Calculate the time difference between 2 xml log lines

roua.B · April 28, 2021, 4:30am

Hello everyone,
I have an XML log file that looks like this:

<TRACE timestamp="1612778642004" dateTimeFormat="yyyy.MM.dd kk:mm:ss z">
    <LOGIN user="BSCSWS" factory="117" timestamp="1612778642003"/>
    <SOCREATE soiName="CMI" soiVersion="2" name="144" timestamp="1612778642005" factory="117"/>

    <COMMAND name="SESSION.CHANGE" timestamp="1612778642014" so="144">
...
    </COMMAND>
    <COMMAND name="LANGUAGES.READ" timestamp="1612778642017" so="144">
...
    </COMMAND>
<SODISPOSE soiName="CMI" soiVersion="2" name="144" timestamp="1612779491299" factory="117"/>
</TRACE>

I would like to get the execution time of each command, that means I should calculate the difference between two successive timestamps. I tried to use the elapsed plugin, but nothing is displayed in output.
Is there any other way to do this?

Thank you for your help

Badger · April 28, 2021, 2:41pm

How are you consuming the log? Is it a line at a time or are you consuming the entire TRACE element as a single event?
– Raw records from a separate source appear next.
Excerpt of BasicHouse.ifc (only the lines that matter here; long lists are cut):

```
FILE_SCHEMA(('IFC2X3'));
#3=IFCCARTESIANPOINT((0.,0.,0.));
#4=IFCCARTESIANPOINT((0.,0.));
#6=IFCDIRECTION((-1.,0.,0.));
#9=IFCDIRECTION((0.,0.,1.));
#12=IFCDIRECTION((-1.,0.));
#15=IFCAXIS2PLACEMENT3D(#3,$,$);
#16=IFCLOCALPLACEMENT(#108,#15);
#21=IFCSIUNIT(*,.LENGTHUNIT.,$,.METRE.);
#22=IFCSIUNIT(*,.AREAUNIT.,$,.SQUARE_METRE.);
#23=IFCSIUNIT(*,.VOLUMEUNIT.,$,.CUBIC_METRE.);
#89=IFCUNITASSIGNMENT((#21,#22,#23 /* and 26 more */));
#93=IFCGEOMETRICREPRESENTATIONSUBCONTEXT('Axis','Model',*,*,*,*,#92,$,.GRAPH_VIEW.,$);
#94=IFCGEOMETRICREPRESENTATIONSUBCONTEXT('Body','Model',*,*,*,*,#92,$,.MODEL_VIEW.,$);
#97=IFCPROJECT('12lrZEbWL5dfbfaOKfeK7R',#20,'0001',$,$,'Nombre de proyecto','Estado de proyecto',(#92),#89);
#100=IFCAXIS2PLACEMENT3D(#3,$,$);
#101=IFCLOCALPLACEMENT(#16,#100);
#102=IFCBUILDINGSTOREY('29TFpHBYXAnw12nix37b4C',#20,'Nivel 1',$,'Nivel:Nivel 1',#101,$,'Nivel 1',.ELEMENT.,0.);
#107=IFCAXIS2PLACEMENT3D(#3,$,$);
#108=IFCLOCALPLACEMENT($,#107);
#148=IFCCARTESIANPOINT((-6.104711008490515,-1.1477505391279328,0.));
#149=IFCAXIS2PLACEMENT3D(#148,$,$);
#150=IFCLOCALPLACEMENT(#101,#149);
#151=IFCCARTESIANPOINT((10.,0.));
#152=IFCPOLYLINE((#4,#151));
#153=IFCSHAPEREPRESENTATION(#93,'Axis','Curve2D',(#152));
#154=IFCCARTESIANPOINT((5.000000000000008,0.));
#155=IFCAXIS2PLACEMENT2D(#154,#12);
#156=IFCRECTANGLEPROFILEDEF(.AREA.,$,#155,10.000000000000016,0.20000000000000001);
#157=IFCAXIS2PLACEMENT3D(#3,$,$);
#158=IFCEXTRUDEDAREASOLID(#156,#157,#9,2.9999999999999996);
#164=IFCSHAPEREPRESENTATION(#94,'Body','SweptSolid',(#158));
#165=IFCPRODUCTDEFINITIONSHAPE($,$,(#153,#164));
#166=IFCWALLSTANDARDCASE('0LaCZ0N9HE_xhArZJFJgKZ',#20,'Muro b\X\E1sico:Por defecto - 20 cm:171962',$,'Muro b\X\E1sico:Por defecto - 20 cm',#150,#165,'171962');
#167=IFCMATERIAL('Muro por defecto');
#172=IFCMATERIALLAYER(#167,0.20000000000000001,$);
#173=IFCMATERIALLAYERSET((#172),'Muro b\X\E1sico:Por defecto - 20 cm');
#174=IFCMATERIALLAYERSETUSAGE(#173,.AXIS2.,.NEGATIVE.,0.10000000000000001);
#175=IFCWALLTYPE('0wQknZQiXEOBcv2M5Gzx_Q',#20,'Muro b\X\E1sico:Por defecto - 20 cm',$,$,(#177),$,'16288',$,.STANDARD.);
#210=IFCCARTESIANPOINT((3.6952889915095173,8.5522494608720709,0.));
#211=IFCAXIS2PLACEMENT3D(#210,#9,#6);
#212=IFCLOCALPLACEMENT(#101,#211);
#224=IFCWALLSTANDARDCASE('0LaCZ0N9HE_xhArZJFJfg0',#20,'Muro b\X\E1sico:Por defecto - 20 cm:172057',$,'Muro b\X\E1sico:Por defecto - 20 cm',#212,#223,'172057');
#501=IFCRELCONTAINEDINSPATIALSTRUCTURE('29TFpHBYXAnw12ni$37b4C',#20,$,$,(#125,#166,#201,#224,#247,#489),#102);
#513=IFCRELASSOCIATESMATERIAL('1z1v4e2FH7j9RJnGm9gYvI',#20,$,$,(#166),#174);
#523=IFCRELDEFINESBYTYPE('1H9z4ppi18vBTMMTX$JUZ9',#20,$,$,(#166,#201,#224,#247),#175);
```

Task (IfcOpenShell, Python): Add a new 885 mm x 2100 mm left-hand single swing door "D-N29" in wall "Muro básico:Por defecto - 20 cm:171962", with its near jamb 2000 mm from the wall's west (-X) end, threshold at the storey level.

```python
import numpy as np
import ifcopenshell
import ifcopenshell.api.feature
import ifcopenshell.api.geometry
import ifcopenshell.api.root
import ifcopenshell.api.spatial
import ifcopenshell.api.type
import ifcopenshell.geom
import ifcopenshell.util.element
import ifcopenshell.util.placement
import ifcopenshell.util.representation
import ifcopenshell.util.shape
import ifcopenshell.util.unit

model = ifcopenshell.open("BasicHouse.ifc")
unit_scale = ifcopenshell.util.unit.calculate_unit_scale(model)
settings = ifcopenshell.geom.settings()


def volume(element):
    """Net volume in cubic metres, openings subtracted."""
    shape = ifcopenshell.geom.create_shape(settings, element)
    return ifcopenshell.util.shape.get_volume(shape.geometry)


wall = model.by_guid("0LaCZ0N9HE_xhArZJFJgKZ")
storey = ifcopenshell.util.element.get_container(wall, ifc_class="IfcBuildingStorey")
context = ifcopenshell.util.representation.get_context(model, "Model", "Body", "MODEL_VIEW")
before = volume(wall)

width, height, from_end, sill = 0.885, 2.1, 2, 0.0  # metres

# The wall runs along its own X axis, and the end named is its -X end.
wall_shape = ifcopenshell.geom.create_shape(settings, wall)
x, y, z = ifcopenshell.util.shape.get_vertices(wall_shape.geometry).T
start = x.min() + from_end
face, thickness = float(y.min()), float(y.max() - y.min())
wall_matrix = ifcopenshell.util.placement.get_local_placement(wall.ObjectPlacement)
level = ifcopenshell.util.placement.get_local_placement(storey.ObjectPlacement)[2, 3]


def in_wall(x, y):
    """Placement at x, y metres in the wall's axes, at sill height."""
    matrix = wall_matrix.copy()
    matrix[:, 3] = wall_matrix @ np.array([x / unit_scale, y / unit_scale, 0.0, 1.0])
    matrix[2, 3] = level + sill / unit_scale
    return matrix


# Opening: a box that overshoots both wall faces by 50 mm.
opening = ifcopenshell.api.root.create_entity(model, ifc_class="IfcOpeningElement")
box = ifcopenshell.api.geometry.add_wall_representation(
    model, context=context, length=width, height=height, thickness=thickness + 0.1
)
ifcopenshell.api.geometry.assign_representation(model, product=opening, representation=box)
ifcopenshell.api.geometry.edit_object_placement(model, product=opening, matrix=in_wall(start, face - 0.05), is_si=False)
ifcopenshell.api.feature.add_feature(model, feature=opening, element=wall)

door = ifcopenshell.api.root.create_entity(model, ifc_class="IfcDoor", name="D-N29")
door.OverallWidth, door.OverallHeight = width / unit_scale, height / unit_scale
body = ifcopenshell.api.geometry.add_door_representation(
    model,
    context=context,
    overall_width=door.OverallWidth,
    overall_height=door.OverallHeight,
    operation_type="SINGLE_SWING_LEFT",
    lining_properties={"LiningDepth": thickness / unit_scale, "ThresholdDepth": thickness / unit_scale},
)
ifcopenshell.api.geometry.assign_representation(model, product=door, representation=body)
ifcopenshell.api.spatial.assign_container(model, products=[door], relating_structure=storey)
fills = ifcopenshell.api.feature.add_filling(model, opening=opening, element=door)
fills.OwnerHistory = door.OwnerHistory  # required in IFC2X3

# IFC2X3 keeps the operation on the door style.
style = ifcopenshell.api.root.create_entity(model, ifc_class="IfcDoorStyle", name="D-N29")
style.OperationType, style.ConstructionType = "SINGLE_SWING_LEFT", "NOTDEFINED"
style.ParameterTakesPrecedence = style.Sizeable = False
ifcopenshell.api.type.assign_type(model, related_objects=[door], relating_type=style)

# The lining spans the wall, so the door starts at the wall face.
ifcopenshell.api.geometry.edit_object_placement(model, product=door, matrix=in_wall(start, face), is_si=False)

after = volume(wall)

print(f"wall volume {before:.3f} -> {after:.3f} m3")

model.write("BasicHouse_updated.ifc")
```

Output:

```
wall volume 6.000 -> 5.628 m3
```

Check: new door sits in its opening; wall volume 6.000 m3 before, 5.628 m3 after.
roua.B · April 28, 2021, 3:06pm

I'm consuming each COMMAND element as a single event.

Badger · April 28, 2021, 3:28pm

Assuming that each event has a [timestamp] field with a value like "1612778642014" I would do this in a ruby filter. You will need to set pipeline.workers to 1 and make sure pipeline.ordered is true (which it is by default in 7.x when pipeline.workers is 1)

ruby {
    code => '
        ts = event.get("timestamp").to_i
        if ts
            if @lastTimestamp
                event.set("duration", ts - @lastTimestamp)
            end
            @lastTimestamp = ts
        end
    '
}

roua.B · April 28, 2021, 7:49pm

This worked perfectly, thank you

system · May 26, 2021, 7:49pm

This topic was automatically closed 28 days after the last reply. New replies are no longer allowed.